TO DO: Go through the listing below and output exactly the line with "# Units and contexts", the line with "# Site, building, storey", and each line between; omit the rest.

DATA FOR THIS TASK:
———

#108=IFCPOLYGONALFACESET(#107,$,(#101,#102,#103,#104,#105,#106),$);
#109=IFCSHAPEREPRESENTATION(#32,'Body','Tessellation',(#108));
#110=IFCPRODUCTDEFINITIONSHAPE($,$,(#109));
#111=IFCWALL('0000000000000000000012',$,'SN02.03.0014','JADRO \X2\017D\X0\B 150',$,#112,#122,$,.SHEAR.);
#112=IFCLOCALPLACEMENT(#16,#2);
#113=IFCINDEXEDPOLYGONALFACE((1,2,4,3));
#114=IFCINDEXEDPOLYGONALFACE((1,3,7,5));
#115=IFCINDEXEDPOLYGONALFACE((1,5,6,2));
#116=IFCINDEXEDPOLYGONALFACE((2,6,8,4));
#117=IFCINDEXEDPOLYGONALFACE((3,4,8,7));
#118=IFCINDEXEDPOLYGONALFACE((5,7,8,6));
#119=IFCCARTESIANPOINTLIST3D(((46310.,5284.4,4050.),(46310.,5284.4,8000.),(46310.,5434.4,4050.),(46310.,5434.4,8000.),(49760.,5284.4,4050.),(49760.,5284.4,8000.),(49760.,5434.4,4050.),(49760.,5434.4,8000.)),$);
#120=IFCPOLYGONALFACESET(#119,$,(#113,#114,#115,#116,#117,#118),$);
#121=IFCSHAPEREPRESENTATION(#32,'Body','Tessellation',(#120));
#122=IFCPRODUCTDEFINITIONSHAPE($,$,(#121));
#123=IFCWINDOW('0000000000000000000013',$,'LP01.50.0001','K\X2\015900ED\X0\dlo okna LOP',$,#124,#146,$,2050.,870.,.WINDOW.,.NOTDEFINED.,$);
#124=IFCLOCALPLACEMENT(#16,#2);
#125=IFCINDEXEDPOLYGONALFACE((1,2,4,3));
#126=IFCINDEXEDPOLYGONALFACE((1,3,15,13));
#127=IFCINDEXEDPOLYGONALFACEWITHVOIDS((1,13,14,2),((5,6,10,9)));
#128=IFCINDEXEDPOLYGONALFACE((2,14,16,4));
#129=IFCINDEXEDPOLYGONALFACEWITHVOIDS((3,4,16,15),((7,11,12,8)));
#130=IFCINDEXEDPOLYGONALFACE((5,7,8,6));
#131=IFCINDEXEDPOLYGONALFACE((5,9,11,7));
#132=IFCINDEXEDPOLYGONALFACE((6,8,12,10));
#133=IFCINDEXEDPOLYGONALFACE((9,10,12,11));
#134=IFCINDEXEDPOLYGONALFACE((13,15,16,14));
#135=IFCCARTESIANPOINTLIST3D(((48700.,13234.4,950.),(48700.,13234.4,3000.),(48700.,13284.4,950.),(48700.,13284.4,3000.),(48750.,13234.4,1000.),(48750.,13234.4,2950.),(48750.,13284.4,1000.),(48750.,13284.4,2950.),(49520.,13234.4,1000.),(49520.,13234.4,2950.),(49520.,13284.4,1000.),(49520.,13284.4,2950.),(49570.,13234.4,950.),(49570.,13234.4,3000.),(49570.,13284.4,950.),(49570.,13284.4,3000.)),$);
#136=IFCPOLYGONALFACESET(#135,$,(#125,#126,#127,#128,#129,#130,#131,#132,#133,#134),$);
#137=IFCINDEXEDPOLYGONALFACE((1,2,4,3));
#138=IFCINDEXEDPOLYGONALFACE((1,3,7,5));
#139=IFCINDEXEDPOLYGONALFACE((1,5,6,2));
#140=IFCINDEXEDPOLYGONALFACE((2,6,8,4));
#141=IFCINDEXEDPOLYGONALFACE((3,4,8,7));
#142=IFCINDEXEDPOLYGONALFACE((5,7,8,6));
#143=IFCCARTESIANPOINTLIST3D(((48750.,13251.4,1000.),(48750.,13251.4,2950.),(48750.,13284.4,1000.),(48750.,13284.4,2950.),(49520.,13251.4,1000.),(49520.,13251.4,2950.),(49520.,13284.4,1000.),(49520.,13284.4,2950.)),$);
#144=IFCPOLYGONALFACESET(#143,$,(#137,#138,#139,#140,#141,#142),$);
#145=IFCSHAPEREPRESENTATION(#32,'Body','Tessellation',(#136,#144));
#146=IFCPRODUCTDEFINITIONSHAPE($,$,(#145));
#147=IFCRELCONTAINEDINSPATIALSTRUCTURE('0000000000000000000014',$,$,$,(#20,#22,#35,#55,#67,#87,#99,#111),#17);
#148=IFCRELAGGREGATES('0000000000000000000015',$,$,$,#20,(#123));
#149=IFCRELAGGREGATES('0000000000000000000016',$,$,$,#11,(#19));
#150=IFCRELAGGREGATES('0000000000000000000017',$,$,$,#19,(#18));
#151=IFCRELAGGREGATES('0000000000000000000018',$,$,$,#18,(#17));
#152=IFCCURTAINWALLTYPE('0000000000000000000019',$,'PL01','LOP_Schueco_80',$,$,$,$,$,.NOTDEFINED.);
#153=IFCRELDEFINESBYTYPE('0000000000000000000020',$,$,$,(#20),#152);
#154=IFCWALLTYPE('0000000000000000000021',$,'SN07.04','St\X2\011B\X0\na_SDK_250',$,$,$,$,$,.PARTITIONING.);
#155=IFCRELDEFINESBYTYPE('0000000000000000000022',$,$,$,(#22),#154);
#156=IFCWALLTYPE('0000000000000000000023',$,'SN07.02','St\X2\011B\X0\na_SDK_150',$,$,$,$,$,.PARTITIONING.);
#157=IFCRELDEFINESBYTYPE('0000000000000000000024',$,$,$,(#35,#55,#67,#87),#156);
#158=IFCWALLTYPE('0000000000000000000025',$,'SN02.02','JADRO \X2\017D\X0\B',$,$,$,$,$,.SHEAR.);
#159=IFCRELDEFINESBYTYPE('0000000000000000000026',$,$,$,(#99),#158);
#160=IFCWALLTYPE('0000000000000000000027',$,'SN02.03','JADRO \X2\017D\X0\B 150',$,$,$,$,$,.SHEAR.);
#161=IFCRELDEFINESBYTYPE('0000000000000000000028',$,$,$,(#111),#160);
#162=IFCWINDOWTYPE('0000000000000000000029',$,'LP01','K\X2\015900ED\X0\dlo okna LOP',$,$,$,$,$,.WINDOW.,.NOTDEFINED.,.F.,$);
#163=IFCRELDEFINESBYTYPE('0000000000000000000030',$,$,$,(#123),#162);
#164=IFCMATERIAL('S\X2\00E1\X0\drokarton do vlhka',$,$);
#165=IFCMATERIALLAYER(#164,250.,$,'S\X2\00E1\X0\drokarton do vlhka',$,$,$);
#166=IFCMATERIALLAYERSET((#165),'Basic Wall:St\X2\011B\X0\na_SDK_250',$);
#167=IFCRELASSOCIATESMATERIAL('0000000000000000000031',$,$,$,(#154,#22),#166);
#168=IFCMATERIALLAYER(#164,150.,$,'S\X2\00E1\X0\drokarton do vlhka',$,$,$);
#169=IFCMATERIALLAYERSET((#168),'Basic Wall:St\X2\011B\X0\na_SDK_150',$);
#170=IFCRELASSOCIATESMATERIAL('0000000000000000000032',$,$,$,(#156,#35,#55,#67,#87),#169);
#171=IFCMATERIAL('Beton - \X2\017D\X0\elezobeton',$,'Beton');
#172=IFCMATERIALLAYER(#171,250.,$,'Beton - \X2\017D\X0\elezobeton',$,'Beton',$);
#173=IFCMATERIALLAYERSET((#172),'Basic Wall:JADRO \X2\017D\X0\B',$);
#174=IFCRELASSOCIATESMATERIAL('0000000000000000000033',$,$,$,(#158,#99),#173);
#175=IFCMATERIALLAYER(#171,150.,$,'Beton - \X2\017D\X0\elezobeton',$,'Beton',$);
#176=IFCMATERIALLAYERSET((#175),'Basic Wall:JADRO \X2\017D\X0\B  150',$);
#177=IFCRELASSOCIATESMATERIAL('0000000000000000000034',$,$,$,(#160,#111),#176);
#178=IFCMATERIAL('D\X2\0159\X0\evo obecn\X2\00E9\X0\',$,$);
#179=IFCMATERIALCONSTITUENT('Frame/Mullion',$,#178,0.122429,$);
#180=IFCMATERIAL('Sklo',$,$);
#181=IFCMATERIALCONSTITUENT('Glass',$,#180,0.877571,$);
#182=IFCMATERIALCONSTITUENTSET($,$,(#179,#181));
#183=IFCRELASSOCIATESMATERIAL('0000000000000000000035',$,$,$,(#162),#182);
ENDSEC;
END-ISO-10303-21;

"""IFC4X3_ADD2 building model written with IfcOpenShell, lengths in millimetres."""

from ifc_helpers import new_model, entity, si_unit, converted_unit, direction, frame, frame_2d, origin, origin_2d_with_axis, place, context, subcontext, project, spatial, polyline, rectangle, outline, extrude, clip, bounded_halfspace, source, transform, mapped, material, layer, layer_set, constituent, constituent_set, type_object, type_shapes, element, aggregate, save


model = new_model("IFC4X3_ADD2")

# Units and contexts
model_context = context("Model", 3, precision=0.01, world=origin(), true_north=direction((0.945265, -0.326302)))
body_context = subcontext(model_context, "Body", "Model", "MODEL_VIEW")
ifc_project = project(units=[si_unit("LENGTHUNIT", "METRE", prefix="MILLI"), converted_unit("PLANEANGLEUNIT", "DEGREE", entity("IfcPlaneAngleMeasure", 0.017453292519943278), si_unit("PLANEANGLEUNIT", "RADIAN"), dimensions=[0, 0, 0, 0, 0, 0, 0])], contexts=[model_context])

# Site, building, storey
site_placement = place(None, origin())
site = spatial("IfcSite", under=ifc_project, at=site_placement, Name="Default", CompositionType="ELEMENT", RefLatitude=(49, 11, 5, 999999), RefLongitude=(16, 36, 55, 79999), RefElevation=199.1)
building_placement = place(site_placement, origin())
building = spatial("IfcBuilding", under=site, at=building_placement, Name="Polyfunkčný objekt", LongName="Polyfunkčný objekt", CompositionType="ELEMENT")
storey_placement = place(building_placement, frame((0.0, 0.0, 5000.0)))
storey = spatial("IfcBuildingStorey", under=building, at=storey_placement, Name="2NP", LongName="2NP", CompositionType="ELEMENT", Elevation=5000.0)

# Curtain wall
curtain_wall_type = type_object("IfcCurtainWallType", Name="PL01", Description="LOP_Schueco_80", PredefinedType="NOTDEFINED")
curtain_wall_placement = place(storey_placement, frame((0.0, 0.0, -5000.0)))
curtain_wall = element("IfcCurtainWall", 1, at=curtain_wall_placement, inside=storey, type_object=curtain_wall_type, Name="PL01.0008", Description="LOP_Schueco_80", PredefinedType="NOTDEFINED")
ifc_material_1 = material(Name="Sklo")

———

WRITTEN ANSWER:
# Units and contexts
model_context = context("Model", 3, precision=0.01, world=origin(), true_north=direction((0.945265, -0.326302)))
body_context = subcontext(model_context, "Body", "Model", "MODEL_VIEW")
ifc_project = project(units=[si_unit("LENGTHUNIT", "METRE", prefix="MILLI"), converted_unit("PLANEANGLEUNIT", "DEGREE", entity("IfcPlaneAngleMeasure", 0.017453292519943278), si_unit("PLANEANGLEUNIT", "RADIAN"), dimensions=[0, 0, 0, 0, 0, 0, 0])], contexts=[model_context])

# Site, building, storey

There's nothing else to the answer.